General Heinz was born in 1932, in Hastings, Minn., where he completed high school in 1950. He earned a bachelor of arts degree in economics and geography from the University of Minnesota in 1954 and a master's degree in public administration from Auburn University in 1974. The general completed Squadron Officer School in 1961, Air Command and Staff College in 1966 and the Air War College in 1974.

He completed Reserve Officer Training Corps requirements at the University of Minnesota and was commissioned as a second lieutenant in the Air Force Reserve. He was called to active duty at Reese Air Force Base, Texas, where he was assigned as school secretary for the 3500th Pilot Training Wing.

The general entered photo radar intelligence training in March 1957 and upon completion was assigned to the 67th Reconnaissance Technical Squadron, Yokota Air Base, Japan. He subsequently was assigned to Headquarters 5th Air Force, Fuchu Air Station, Japan, as chief of the Special Reconnaissance Section in the Directorate of Intelligence. Upon his return to the United States in October 1960, General Heinz was assigned to Headquarters Tactical Air Command at Langley Air Force Base, Va., as staff photo interpreter until August 1965.

Upon graduation from Air Command and Staff College in June 1966, General Heinz was assigned to the North Atlantic Treaty Organization's 6th Allied Tactical Air Force at Izmir, Turkey, as an air targets officer and reconnaissance adviser until September 1968. He then served as operations officer for the 12th Reconnaissance Intelligence Technical Squadron, Tan Son Nhut Air Base, Republic of Vietnam. In October 1969 he transferred to the Office of the Assistant Chief of Staff, Intelligence, Headquarters U.S. Air Force, Washington, D.C., as a plans officer. He subsequently served as deputy assistant for joint matters until June 1973.

After graduating from the Air War College in July 1974, he returned to Air Force headquarters as chief of the Imagery Branch. From April 1976 to July 1977 the general served as executive and military assistant to the assistant secretary of defense for command, control, communications and intelligence. He subsequently commanded the 544th Aerospace Reconnaissance Technical Wing, Offutt Air Force Base, Neb. General Heinz became assistant deputy chief of staff for intelligence at Strategic Air Command headquarters, also at Offutt Air Force Base, in February 1979.

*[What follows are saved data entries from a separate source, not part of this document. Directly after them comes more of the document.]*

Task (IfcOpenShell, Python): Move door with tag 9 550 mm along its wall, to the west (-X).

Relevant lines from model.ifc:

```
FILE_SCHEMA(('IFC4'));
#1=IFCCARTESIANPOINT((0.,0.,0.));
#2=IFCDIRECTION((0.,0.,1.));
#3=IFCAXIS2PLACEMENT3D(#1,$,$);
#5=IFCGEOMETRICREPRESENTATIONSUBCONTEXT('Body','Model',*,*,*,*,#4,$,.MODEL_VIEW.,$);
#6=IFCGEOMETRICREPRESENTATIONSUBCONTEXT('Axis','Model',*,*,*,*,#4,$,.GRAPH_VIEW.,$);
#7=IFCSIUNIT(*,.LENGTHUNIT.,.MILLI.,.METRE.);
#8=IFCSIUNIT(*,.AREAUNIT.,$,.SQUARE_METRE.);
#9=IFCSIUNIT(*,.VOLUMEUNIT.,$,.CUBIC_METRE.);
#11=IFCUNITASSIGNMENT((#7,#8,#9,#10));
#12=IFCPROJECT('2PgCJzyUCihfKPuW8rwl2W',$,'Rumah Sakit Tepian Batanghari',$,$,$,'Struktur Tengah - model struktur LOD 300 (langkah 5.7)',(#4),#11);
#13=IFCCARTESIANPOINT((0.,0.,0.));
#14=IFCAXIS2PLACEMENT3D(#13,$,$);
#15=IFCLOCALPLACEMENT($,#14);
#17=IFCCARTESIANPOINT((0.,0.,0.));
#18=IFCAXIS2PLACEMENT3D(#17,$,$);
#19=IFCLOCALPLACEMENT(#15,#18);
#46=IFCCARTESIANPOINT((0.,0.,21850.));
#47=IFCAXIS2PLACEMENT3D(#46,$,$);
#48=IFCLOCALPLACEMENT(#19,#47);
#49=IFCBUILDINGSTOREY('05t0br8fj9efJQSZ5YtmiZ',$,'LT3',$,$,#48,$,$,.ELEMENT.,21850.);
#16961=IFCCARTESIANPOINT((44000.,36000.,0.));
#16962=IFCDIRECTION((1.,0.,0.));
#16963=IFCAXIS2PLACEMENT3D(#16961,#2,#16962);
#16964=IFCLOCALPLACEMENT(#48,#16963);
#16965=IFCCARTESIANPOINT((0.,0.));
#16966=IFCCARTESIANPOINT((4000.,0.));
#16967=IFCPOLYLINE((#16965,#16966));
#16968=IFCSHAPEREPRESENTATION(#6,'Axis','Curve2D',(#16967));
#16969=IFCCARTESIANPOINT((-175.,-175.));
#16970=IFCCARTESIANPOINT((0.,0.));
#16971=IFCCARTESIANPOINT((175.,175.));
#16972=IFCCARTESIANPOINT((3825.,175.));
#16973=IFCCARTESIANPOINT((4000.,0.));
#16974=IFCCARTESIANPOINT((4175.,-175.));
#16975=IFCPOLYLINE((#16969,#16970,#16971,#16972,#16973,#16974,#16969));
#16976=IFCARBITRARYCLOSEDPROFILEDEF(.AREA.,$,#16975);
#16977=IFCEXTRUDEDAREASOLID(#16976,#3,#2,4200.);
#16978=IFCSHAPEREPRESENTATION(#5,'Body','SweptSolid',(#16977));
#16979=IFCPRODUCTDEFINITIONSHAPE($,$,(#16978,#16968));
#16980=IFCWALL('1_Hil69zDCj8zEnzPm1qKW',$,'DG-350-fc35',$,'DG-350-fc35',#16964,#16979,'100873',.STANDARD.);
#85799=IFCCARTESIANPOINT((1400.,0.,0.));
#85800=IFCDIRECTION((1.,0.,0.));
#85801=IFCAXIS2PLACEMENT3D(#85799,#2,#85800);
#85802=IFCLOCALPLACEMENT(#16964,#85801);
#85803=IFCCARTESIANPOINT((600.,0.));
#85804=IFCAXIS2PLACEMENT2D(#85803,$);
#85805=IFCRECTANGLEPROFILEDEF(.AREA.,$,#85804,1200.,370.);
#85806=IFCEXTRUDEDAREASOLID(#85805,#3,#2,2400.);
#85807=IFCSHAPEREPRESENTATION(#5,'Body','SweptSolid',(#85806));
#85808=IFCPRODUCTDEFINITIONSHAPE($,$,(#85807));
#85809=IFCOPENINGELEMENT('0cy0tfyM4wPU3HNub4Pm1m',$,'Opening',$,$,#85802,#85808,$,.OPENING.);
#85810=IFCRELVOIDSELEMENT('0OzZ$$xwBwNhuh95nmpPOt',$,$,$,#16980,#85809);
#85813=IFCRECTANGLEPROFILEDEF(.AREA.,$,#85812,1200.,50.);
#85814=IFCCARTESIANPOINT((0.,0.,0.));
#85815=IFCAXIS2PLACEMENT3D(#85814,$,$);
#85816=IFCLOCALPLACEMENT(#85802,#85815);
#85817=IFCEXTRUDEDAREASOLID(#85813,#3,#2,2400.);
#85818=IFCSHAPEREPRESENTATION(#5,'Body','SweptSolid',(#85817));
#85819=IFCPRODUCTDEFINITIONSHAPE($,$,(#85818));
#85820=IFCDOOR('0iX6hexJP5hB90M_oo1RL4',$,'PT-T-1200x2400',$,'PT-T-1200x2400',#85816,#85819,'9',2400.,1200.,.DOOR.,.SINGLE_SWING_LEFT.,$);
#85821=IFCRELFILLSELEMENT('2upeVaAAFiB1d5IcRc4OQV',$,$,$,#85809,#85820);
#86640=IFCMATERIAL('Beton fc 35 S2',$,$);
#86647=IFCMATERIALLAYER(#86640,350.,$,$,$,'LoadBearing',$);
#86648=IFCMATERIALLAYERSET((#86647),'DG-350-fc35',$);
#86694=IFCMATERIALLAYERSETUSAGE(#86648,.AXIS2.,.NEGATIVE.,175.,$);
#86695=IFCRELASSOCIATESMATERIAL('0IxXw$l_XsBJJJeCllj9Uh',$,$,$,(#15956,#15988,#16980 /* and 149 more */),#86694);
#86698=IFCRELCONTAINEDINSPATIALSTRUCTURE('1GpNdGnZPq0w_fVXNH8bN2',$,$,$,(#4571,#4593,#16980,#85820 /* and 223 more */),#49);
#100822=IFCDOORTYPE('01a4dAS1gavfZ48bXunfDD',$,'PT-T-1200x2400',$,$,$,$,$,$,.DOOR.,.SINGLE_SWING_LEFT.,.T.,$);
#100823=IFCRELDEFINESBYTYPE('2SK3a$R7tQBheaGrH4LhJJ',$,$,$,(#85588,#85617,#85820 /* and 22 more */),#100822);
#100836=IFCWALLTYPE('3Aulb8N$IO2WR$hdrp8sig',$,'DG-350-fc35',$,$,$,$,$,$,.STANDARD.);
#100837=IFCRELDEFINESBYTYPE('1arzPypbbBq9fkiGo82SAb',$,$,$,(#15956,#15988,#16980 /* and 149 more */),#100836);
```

```python
import ifcopenshell
import ifcopenshell.api.geometry
import ifcopenshell.util.placement
import ifcopenshell.util.unit

model = ifcopenshell.open("model.ifc")
unit_scale = ifcopenshell.util.unit.calculate_unit_scale(model)

door = model.by_id(85820)
opening = door.FillsVoids[0].RelatingOpeningElement
wall = opening.VoidsElements[0].RelatingBuildingElement

wall_matrix = ifcopenshell.util.placement.get_local_placement(wall.ObjectPlacement)
shift = wall_matrix[:3, 0] * -0.55 / unit_scale
before = ifcopenshell.util.placement.get_local_placement(door.ObjectPlacement)[:3, 3].copy()

# The door is placed relative to its opening, so it follows when the opening moves.
matrix = ifcopenshell.util.placement.get_local_placement(opening.ObjectPlacement)
matrix[:3, 3] += shift
ifcopenshell.api.geometry.edit_object_placement(
    model, product=opening, matrix=matrix, is_si=False, should_transform_children=True
)

after = ifcopenshell.util.placement.get_local_placement(door.ObjectPlacement)[:3, 3]
print("door moved by", (after - before).round(3) + 0.0)

model.write("model-out.ifc")
```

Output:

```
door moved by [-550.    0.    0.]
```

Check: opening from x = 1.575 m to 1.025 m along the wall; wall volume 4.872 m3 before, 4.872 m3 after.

The general transferred to Peterson Air Force Base, Colo., in August 1979 and served as deputy chief of staff for intelligence at North American Aerospace Defense Command and U.S. Aerospace Defense Command. In January 1982 he became director of intelligence, Headquarters U.S. European Command, Stuttgart, West Germany. He assumed his present duties in September 1986.

His military decorations and awards include the Defense Distinguished Service Medal, Defense Superior Service Medal with oak leaf cluster, Legion of Merit with oak leaf cluster, Bronze Star Medal, Meritorious Service Medal, Air Force Commendation Medal, Air Force Outstanding Unit Award with "V" device and oak leaf cluster, National Intelligence Distinguished Service Medal, National Defense Service Medal with service star, Vietnam Service Medal with four service stars, Air Force Overseas Ribbon-Short, Air Force Overseas Ribbon-Long with two oak leaf clusters, Air Force Longevity Service Award Ribbon with seven oak leaf clusters, Small Arms Expert Marksmanship Ribbon, Republic of Vietnam Gallantry Cross with Palm and Republic of Vietnam Campaign Medal.

He was promoted to lieutenant general Sept. 19, 1986, with same date of rank. Heinz died on June 23, 2025, in Sterling, Virginia.